(731a) A Rigorous Graphic Approach to Modeling Transportation Fuel Lifecycle: Axioms and Theorems

An innovative approach based on graph theory has been proposed for facilitating the lifecycle assessment of transportation fuels in general and renewable feedstock-based transportation fuels in specific. The complexity of the fuel lifecycle system is analyzed. The proposed approach is designed to tackle the specificities of a transportation fuel in its lifecycle: it represents the structure of the lifecycle by a unique graph, termed a Lifecycle graph, or an L-graph for short. This graph captures not only the syntactic but also the semantic contents of the system. A novel concept of ?material state in its lifecycle? is proposed to help describe the pathway of a transportation fuel in its lifecycle and its complexity together with the concepts of material and location.

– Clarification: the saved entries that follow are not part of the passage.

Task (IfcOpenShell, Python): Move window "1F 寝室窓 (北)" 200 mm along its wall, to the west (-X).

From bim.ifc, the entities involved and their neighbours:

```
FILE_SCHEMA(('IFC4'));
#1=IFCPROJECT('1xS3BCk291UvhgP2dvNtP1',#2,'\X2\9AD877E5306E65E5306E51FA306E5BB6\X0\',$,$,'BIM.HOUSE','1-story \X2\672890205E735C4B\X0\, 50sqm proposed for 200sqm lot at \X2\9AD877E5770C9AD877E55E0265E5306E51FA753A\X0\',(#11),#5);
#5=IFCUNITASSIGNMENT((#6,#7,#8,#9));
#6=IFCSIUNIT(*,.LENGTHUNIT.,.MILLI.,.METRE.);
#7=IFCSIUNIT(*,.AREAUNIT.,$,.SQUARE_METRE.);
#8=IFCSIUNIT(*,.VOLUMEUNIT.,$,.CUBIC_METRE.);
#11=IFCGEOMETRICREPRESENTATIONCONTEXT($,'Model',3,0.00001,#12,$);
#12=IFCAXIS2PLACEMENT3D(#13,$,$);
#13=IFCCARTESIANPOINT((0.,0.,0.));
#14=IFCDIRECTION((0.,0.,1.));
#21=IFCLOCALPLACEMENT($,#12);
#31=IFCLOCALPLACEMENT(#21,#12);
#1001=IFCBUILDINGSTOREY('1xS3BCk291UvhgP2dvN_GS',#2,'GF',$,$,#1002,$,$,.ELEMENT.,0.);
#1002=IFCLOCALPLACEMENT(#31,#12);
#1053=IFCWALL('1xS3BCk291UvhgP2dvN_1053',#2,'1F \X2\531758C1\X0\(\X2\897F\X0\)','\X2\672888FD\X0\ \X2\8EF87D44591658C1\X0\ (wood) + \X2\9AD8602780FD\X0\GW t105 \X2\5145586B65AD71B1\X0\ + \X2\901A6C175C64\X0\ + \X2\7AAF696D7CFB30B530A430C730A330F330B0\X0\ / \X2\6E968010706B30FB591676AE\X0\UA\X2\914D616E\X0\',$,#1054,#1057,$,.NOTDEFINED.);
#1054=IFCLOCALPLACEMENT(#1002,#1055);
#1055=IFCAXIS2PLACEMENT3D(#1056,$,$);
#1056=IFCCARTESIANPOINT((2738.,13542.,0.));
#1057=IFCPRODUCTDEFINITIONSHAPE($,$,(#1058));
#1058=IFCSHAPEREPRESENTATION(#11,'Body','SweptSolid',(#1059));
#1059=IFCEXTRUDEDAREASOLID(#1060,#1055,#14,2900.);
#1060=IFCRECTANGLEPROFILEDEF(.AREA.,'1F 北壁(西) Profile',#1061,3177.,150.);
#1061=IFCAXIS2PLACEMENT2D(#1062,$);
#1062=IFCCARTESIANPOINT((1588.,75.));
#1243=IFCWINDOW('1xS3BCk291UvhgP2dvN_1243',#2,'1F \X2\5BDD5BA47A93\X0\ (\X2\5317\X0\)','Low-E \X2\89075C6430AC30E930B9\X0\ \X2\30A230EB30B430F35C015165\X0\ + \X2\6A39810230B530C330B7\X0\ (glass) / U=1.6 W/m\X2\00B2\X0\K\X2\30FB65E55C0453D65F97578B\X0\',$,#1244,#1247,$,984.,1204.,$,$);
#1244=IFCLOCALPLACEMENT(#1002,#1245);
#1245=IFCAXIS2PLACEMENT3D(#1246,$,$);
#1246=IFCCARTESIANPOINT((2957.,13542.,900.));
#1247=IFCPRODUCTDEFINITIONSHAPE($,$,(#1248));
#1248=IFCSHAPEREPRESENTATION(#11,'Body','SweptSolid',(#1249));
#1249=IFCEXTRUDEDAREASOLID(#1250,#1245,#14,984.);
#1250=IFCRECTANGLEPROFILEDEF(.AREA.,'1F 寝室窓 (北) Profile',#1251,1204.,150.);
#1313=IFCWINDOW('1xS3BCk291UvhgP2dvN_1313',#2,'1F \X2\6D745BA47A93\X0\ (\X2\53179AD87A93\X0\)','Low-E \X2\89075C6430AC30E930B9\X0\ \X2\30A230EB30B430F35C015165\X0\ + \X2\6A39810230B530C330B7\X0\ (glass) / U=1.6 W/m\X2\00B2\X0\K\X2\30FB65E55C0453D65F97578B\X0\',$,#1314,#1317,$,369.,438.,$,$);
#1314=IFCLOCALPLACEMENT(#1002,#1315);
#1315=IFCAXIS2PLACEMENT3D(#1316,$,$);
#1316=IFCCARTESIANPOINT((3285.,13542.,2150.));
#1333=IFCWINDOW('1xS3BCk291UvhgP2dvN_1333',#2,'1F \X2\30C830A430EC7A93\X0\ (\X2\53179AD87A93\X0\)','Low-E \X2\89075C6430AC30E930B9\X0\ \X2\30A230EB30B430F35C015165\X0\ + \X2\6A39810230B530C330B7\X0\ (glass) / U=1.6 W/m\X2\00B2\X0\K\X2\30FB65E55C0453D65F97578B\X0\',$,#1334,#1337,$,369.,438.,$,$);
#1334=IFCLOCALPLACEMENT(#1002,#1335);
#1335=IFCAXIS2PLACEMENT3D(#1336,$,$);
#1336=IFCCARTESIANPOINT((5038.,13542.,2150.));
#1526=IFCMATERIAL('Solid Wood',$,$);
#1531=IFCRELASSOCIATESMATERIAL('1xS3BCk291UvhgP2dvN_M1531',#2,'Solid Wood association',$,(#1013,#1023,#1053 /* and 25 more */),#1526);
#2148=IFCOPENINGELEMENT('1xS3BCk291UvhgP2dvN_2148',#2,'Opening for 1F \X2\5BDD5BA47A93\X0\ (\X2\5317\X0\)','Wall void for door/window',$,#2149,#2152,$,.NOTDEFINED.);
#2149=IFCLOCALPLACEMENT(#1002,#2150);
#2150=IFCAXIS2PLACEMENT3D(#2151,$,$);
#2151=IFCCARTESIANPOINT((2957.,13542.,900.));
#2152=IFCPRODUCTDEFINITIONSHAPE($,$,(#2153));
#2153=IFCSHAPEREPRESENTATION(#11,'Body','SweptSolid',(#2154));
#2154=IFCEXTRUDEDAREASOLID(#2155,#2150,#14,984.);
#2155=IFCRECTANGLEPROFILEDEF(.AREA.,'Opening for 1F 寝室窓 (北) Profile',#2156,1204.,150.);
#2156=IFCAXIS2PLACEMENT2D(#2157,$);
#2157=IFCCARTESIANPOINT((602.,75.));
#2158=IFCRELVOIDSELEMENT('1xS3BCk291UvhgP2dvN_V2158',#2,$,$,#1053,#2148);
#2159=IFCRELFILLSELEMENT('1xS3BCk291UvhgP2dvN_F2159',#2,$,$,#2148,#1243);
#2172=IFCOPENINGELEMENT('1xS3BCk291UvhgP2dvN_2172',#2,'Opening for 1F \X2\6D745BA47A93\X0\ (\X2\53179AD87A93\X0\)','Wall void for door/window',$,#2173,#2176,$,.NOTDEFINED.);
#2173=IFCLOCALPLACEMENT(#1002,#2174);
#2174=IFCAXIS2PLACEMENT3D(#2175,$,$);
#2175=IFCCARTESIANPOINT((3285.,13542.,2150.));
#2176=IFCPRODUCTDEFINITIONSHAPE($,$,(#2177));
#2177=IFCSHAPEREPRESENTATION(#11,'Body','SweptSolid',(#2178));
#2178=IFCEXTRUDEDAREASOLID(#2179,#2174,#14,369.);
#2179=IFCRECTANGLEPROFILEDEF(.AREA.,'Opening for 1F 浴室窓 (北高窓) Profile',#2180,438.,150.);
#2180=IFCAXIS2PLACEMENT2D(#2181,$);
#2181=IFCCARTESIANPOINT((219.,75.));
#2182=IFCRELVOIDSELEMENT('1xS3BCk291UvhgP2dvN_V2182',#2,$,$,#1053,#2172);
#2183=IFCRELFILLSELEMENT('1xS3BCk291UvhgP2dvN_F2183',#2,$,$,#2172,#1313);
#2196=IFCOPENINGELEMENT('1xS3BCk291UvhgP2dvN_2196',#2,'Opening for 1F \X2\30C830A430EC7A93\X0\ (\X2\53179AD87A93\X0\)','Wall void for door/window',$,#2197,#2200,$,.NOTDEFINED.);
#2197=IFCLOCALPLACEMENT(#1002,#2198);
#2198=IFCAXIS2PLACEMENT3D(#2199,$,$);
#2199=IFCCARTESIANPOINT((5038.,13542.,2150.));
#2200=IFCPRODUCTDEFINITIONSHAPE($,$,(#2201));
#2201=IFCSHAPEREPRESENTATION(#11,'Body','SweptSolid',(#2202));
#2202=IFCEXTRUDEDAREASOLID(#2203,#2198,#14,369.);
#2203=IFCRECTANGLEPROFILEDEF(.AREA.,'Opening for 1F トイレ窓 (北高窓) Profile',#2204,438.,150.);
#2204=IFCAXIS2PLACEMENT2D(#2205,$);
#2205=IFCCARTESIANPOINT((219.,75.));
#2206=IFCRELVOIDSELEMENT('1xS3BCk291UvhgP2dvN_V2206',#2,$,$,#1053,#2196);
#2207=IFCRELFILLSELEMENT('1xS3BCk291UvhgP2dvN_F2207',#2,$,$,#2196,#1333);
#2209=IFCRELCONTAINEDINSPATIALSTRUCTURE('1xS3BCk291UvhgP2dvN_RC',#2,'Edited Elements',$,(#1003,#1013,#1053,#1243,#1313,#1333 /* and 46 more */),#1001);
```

```python
import ifcopenshell
import ifcopenshell.api.geometry
import ifcopenshell.util.placement
import ifcopenshell.util.unit

model = ifcopenshell.open("bim.ifc")
unit_scale = ifcopenshell.util.unit.calculate_unit_scale(model)

window = model.by_id(1243)
opening = window.FillsVoids[0].RelatingOpeningElement
wall = opening.VoidsElements[0].RelatingBuildingElement

wall_matrix = ifcopenshell.util.placement.get_local_placement(wall.ObjectPlacement)
shift = wall_matrix[:3, 0] * -0.2 / unit_scale
before = ifcopenshell.util.placement.get_local_placement(window.ObjectPlacement)[:3, 3].copy()

# The window is not placed relative to its opening, so move both.
for product in (opening, window):
    matrix = ifcopenshell.util.placement.get_local_placement(product.ObjectPlacement)
    matrix[:3, 3] += shift
    ifcopenshell.api.geometry.edit_object_placement(model, product=product, matrix=matrix, is_si=False)

after = ifcopenshell.util.placement.get_local_placement(window.ObjectPlacement)[:3, 3]
print("window moved by", (after - before).round(3) + 0.0)

model.write("bim_updated.ifc")
```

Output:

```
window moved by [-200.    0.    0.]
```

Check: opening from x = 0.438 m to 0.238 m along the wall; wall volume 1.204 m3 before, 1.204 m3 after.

An axiom system underlying the approach has been established to define the rigorous lifecycle structure. This axiom system is based on a given set of specifications for the lifecycle assessment problem. Such specifications include the types, input and output materials, origins and destinations of processes, and a variety of parameters such as efficiencies and losses associated with these processes, natural energy sources, energy products, co-products and their geographical specificities. All pathways in the lifecycle of a specific transportation fuel are embedded in a maximal structure, from which individual pathways can be extracted. Various theorems have been derived from the axiom system to ensure that this approach is mathematically rigorous, thereby rendering it possible to develop efficient transportation fuel lifecycle pathway generation and management methods on the basis of a rigorous mathematical foundation. Examples of multiple renewable feedstock-based transportation fuels are presented to highlight the significance and efficacy of the present approach.